- _What you need to do_: In this exercise, each record below is to be written out again exactly.
══════════════════════════════
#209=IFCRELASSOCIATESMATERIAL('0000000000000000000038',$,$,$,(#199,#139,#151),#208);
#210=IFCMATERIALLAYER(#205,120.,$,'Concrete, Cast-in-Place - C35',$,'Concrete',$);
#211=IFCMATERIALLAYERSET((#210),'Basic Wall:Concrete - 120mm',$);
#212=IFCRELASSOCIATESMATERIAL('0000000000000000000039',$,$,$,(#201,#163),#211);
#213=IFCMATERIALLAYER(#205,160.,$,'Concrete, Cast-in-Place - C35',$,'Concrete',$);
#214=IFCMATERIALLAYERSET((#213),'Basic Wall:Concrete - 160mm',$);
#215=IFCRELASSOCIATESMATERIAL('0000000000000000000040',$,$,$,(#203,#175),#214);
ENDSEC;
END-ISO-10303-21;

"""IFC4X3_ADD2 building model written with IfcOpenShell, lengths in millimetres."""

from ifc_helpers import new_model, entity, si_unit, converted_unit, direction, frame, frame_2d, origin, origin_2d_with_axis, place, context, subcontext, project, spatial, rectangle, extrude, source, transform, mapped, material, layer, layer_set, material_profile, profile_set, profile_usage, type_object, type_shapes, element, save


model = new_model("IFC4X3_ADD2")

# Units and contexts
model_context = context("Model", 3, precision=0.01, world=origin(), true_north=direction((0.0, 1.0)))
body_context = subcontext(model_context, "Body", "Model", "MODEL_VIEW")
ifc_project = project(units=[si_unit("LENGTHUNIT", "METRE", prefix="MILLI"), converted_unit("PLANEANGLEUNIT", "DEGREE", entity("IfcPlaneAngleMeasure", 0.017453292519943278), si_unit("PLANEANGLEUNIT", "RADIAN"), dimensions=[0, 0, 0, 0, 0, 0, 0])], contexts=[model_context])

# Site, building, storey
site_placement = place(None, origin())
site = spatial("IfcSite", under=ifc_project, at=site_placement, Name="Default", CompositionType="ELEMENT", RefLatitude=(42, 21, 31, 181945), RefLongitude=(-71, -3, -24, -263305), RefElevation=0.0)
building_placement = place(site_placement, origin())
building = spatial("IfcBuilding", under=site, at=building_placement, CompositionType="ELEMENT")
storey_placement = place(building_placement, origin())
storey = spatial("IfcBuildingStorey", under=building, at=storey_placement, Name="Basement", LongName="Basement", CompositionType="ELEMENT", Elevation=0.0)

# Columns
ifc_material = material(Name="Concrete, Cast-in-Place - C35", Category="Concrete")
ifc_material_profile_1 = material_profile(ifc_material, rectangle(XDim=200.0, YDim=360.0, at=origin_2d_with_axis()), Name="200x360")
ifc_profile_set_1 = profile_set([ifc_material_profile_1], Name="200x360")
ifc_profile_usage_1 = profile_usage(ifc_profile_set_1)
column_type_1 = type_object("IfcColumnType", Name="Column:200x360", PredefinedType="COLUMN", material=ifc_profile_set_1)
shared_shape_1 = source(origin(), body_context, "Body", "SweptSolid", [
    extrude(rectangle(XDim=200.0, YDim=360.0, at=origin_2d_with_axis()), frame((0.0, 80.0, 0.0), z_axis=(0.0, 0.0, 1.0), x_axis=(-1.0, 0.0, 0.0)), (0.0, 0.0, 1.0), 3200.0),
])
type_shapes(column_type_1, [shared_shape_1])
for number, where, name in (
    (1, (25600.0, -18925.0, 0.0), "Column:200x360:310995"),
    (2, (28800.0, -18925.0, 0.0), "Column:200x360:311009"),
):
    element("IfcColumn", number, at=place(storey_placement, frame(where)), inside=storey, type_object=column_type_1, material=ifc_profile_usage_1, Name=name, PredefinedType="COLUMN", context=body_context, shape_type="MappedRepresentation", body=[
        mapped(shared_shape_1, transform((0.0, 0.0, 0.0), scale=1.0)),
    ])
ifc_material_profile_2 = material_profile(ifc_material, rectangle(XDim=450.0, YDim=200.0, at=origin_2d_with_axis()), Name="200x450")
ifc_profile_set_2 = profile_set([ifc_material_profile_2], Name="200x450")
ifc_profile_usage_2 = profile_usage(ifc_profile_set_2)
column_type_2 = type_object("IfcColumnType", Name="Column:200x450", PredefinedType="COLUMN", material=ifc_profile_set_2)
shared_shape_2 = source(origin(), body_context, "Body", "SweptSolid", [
══════════════════════════════
- _Result below_:
#209=IFCRELASSOCIATESMATERIAL('0000000000000000000038',$,$,$,(#199,#139,#151),#208);
#210=IFCMATERIALLAYER(#205,120.,$,'Concrete, Cast-in-Place - C35',$,'Concrete',$);
#211=IFCMATERIALLAYERSET((#210),'Basic Wall:Concrete - 120mm',$);
#212=IFCRELASSOCIATESMATERIAL('0000000000000000000039',$,$,$,(#201,#163),#211);
#213=IFCMATERIALLAYER(#205,160.,$,'Concrete, Cast-in-Place - C35',$,'Concrete',$);
#214=IFCMATERIALLAYERSET((#213),'Basic Wall:Concrete - 160mm',$);
#215=IFCRELASSOCIATESMATERIAL('0000000000000000000040',$,$,$,(#203,#175),#214);
ENDSEC;
END-ISO-10303-21;

"""IFC4X3_ADD2 building model written with IfcOpenShell, lengths in millimetres."""

from ifc_helpers import new_model, entity, si_unit, converted_unit, direction, frame, frame_2d, origin, origin_2d_with_axis, place, context, subcontext, project, spatial, rectangle, extrude, source, transform, mapped, material, layer, layer_set, material_profile, profile_set, profile_usage, type_object, type_shapes, element, save


model = new_model("IFC4X3_ADD2")

# Units and contexts
model_context = context("Model", 3, precision=0.01, world=origin(), true_north=direction((0.0, 1.0)))
body_context = subcontext(model_context, "Body", "Model", "MODEL_VIEW")
ifc_project = project(units=[si_unit("LENGTHUNIT", "METRE", prefix="MILLI"), converted_unit("PLANEANGLEUNIT", "DEGREE", entity("IfcPlaneAngleMeasure", 0.017453292519943278), si_unit("PLANEANGLEUNIT", "RADIAN"), dimensions=[0, 0, 0, 0, 0, 0, 0])], contexts=[model_context])

# Site, building, storey
site_placement = place(None, origin())
site = spatial("IfcSite", under=ifc_project, at=site_placement, Name="Default", CompositionType="ELEMENT", RefLatitude=(42, 21, 31, 181945), RefLongitude=(-71, -3, -24, -263305), RefElevation=0.0)
building_placement = place(site_placement, origin())
building = spatial("IfcBuilding", under=site, at=building_placement, CompositionType="ELEMENT")
storey_placement = place(building_placement, origin())
storey = spatial("IfcBuildingStorey", under=building, at=storey_placement, Name="Basement", LongName="Basement", CompositionType="ELEMENT", Elevation=0.0)

# Columns
ifc_material = material(Name="Concrete, Cast-in-Place - C35", Category="Concrete")
ifc_material_profile_1 = material_profile(ifc_material, rectangle(XDim=200.0, YDim=360.0, at=origin_2d_with_axis()), Name="200x360")
ifc_profile_set_1 = profile_set([ifc_material_profile_1], Name="200x360")
ifc_profile_usage_1 = profile_usage(ifc_profile_set_1)
column_type_1 = type_object("IfcColumnType", Name="Column:200x360", PredefinedType="COLUMN", material=ifc_profile_set_1)
shared_shape_1 = source(origin(), body_context, "Body", "SweptSolid", [
    extrude(rectangle(XDim=200.0, YDim=360.0, at=origin_2d_with_axis()), frame((0.0, 80.0, 0.0), z_axis=(0.0, 0.0, 1.0), x_axis=(-1.0, 0.0, 0.0)), (0.0, 0.0, 1.0), 3200.0),
])
type_shapes(column_type_1, [shared_shape_1])
for number, where, name in (
    (1, (25600.0, -18925.0, 0.0), "Column:200x360:310995"),
    (2, (28800.0, -18925.0, 0.0), "Column:200x360:311009"),
):
    element("IfcColumn", number, at=place(storey_placement, frame(where)), inside=storey, type_object=column_type_1, material=ifc_profile_usage_1, Name=name, PredefinedType="COLUMN", context=body_context, shape_type="MappedRepresentation", body=[
        mapped(shared_shape_1, transform((0.0, 0.0, 0.0), scale=1.0)),
    ])
ifc_material_profile_2 = material_profile(ifc_material, rectangle(XDim=450.0, YDim=200.0, at=origin_2d_with_axis()), Name="200x450")
ifc_profile_set_2 = profile_set([ifc_material_profile_2], Name="200x450")
ifc_profile_usage_2 = profile_usage(ifc_profile_set_2)
column_type_2 = type_object("IfcColumnType", Name="Column:200x450", PredefinedType="COLUMN", material=ifc_profile_set_2)
shared_shape_2 = source(origin(), body_context, "Body", "SweptSolid", [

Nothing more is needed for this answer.